Mr Benbow likes the new scheme but points out the most consequential change is the relaxation of the ownership of intellectual property.
This means if a New Zealand subsidiary of a global company is doing R&D in the country, it will be able to claim for this spending. This is in line with what most global R&D schemes do as well. A couple of countries, such as Singapore and Japan, have programmes that don’t require R&D to happen in-country to qualify but instead require the IP to ultimately reside there.
“The relaxing of these rules is one of the greatest opportunities for New Zealand to increase its overall R&D spend because multinationals are competing globally for R&D. There is probably a 10-20% cost saving of moving an R&D team to New Zealand anyway because of the low cost of doing business anyway, which now has a 15c tax credit on top.
“So, suddenly the cost of doing R&D in New Zealand is 20-30% better than in Australia. Multinationals will be seriously considering moving to New Zealand. There will be very little movement in the first year but, if the programme is sustainable, then by the second year there we can expect an acceleration of R&D in New Zealand,” Mr Benbow says.
Two approaches
Mr Benbow says not only is the final New Zealand policy in excellent shape but also Wellington’s process of building is far superior to Canberra’s.
“New Zealand approaches these things differently from Australia. Let’s just say Australia has an idea behind closed doors, someone writes legislation which is eventually put into Parliament, no one in the private sector sees it, and then it gets debated on for three years but they never pass it. So, to see open discussions from the beginning in New Zealand has made a huge difference.”
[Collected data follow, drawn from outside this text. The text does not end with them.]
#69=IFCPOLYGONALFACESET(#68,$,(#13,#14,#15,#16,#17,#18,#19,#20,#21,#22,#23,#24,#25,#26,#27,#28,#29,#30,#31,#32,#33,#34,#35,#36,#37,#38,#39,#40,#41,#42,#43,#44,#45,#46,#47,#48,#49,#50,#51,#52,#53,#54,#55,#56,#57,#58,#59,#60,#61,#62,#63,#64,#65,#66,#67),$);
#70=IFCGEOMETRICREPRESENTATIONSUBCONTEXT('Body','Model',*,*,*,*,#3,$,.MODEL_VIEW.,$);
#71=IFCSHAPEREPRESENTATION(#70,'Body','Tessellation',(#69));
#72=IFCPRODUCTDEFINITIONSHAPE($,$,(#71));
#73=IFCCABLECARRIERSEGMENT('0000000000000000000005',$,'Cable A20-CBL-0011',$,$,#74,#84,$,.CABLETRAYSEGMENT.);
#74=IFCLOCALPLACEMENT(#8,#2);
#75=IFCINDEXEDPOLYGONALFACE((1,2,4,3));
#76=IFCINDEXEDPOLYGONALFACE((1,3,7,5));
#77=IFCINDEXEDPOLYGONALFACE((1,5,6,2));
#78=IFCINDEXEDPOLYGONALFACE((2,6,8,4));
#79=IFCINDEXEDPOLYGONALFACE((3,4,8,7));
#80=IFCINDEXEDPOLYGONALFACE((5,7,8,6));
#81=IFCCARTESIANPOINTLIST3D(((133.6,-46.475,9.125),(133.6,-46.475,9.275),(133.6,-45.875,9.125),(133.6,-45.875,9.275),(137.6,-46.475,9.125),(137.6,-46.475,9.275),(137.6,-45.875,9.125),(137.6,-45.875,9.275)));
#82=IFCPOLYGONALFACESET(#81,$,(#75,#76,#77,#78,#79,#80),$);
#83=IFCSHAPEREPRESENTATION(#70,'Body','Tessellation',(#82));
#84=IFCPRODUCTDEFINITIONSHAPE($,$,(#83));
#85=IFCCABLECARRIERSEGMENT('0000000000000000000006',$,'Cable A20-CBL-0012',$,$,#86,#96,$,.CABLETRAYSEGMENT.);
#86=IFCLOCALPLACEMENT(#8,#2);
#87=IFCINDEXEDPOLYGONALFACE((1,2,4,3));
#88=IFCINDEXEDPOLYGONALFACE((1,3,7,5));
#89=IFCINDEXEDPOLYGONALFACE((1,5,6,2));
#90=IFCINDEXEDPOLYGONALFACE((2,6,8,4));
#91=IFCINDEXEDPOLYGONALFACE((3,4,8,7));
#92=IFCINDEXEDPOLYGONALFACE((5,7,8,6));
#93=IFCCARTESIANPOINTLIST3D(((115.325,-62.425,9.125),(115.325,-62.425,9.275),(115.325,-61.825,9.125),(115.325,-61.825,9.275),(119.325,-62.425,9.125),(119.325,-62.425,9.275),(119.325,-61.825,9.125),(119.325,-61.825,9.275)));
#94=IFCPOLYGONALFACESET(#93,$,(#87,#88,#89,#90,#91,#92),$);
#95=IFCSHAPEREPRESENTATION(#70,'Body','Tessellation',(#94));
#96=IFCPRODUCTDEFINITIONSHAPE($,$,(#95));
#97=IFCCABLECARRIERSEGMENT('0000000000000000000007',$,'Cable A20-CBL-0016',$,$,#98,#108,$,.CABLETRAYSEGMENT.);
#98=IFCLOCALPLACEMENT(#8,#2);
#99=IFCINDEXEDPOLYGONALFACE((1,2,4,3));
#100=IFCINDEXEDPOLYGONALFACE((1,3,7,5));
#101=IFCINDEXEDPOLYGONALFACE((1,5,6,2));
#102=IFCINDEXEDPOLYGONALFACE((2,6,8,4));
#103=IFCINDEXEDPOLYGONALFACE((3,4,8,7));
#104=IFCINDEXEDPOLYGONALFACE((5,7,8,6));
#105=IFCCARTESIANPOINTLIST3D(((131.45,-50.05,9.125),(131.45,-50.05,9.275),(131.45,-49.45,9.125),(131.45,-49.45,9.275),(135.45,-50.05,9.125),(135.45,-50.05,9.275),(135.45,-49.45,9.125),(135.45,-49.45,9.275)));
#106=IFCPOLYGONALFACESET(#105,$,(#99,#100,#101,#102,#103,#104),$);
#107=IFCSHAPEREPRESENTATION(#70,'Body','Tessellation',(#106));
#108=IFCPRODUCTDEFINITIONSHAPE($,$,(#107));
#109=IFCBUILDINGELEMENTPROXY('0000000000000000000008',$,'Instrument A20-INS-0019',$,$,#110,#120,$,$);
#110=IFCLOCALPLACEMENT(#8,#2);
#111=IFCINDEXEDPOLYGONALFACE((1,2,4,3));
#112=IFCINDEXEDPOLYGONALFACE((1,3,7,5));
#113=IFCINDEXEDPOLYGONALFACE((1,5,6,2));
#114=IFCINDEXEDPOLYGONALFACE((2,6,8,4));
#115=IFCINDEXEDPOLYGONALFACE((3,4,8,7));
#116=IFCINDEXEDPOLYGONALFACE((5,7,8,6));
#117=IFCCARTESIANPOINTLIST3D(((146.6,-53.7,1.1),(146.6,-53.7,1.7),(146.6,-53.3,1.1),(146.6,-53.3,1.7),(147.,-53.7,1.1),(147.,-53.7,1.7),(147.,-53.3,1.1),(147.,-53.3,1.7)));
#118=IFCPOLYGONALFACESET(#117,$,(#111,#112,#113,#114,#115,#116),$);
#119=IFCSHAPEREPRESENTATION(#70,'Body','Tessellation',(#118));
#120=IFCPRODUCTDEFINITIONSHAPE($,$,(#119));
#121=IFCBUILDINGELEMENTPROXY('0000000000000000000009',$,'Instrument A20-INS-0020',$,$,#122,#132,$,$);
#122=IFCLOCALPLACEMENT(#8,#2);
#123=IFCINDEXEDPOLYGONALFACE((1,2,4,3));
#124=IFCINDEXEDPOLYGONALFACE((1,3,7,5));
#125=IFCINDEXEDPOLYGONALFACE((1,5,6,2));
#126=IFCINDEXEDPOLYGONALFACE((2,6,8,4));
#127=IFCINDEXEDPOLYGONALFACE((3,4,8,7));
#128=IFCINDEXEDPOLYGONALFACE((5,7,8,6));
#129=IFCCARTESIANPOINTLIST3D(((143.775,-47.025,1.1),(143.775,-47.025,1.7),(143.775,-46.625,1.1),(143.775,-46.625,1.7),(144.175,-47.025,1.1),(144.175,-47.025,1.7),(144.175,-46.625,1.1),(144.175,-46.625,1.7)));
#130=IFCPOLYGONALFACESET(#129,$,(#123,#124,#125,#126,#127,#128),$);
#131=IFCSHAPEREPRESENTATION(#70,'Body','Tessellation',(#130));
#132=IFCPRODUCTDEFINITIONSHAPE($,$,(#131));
He says the increase to 15% is a “smart move politically” and, crucially, isn’t worse than the 14.5% companies would have received if they were a Callaghan Growth Grant recipient.
“It’s difficult to compare this figure with Australia because there are a lot of different mechanisms that go into R&D tax. But in Australia, the R&D tax rates are 38.5c and 43.5c, which seems a whole lot more, but the way it mechanically works over there is that a business foregoes its normal tax deduction and instead gets a tax credit of the base plus an additional R&D uplift.
“And in the UK, companies can get an R&D tax credit of 14% but then they also have to pay tax on that. So, you can’t really compare like with like. But globally the decision of 15% for large companies is very competitive – in fact, it may be too competitive, but we’ll wait and see. However, it will be right in the ballpark for SMEs,” Dr Benbow says.
Chris Nave, principal executive of the Australia-based Medical Research Commercialisation Fund, says capital markets in New Zealand are generally thin and this scheme will encourage more startups.
“It lowers the bar for capital to arrive. Our VC fund is usually the first dollar in and the last dollar out of startups. So, having the government alongside you when that risk is greatest enables you to invest more, and also allows you to take on more opportunities.
“And it’s not only good for attracting offshore companies to New Zealand but it also gives local companies both large and small the confidence to spend on R&D. We know that countries which spend the most on R&D are the ones that perform the best. This will have a profound impact on the ecosystem."
But, while the government should be applauded, Dr Nave thinks it can do more.
“I compare it to our experience in Australia where we are also an active investor. For every dollar in R&D in Australia, companies get a 43.5% cash rebate. And if the company is non-tax paying and is still developing its product, app or a new drug, then the government actually becomes an investor alongside private investors.
“From New Zealand’s perspective, corporations right now only spend on average 1.3% of their income on R&D, which is incredibly low for an OECD country. I think the New Zealand government keen to encourage a greater spend but at the same time encourage true startups that are years away from revenue,” he says.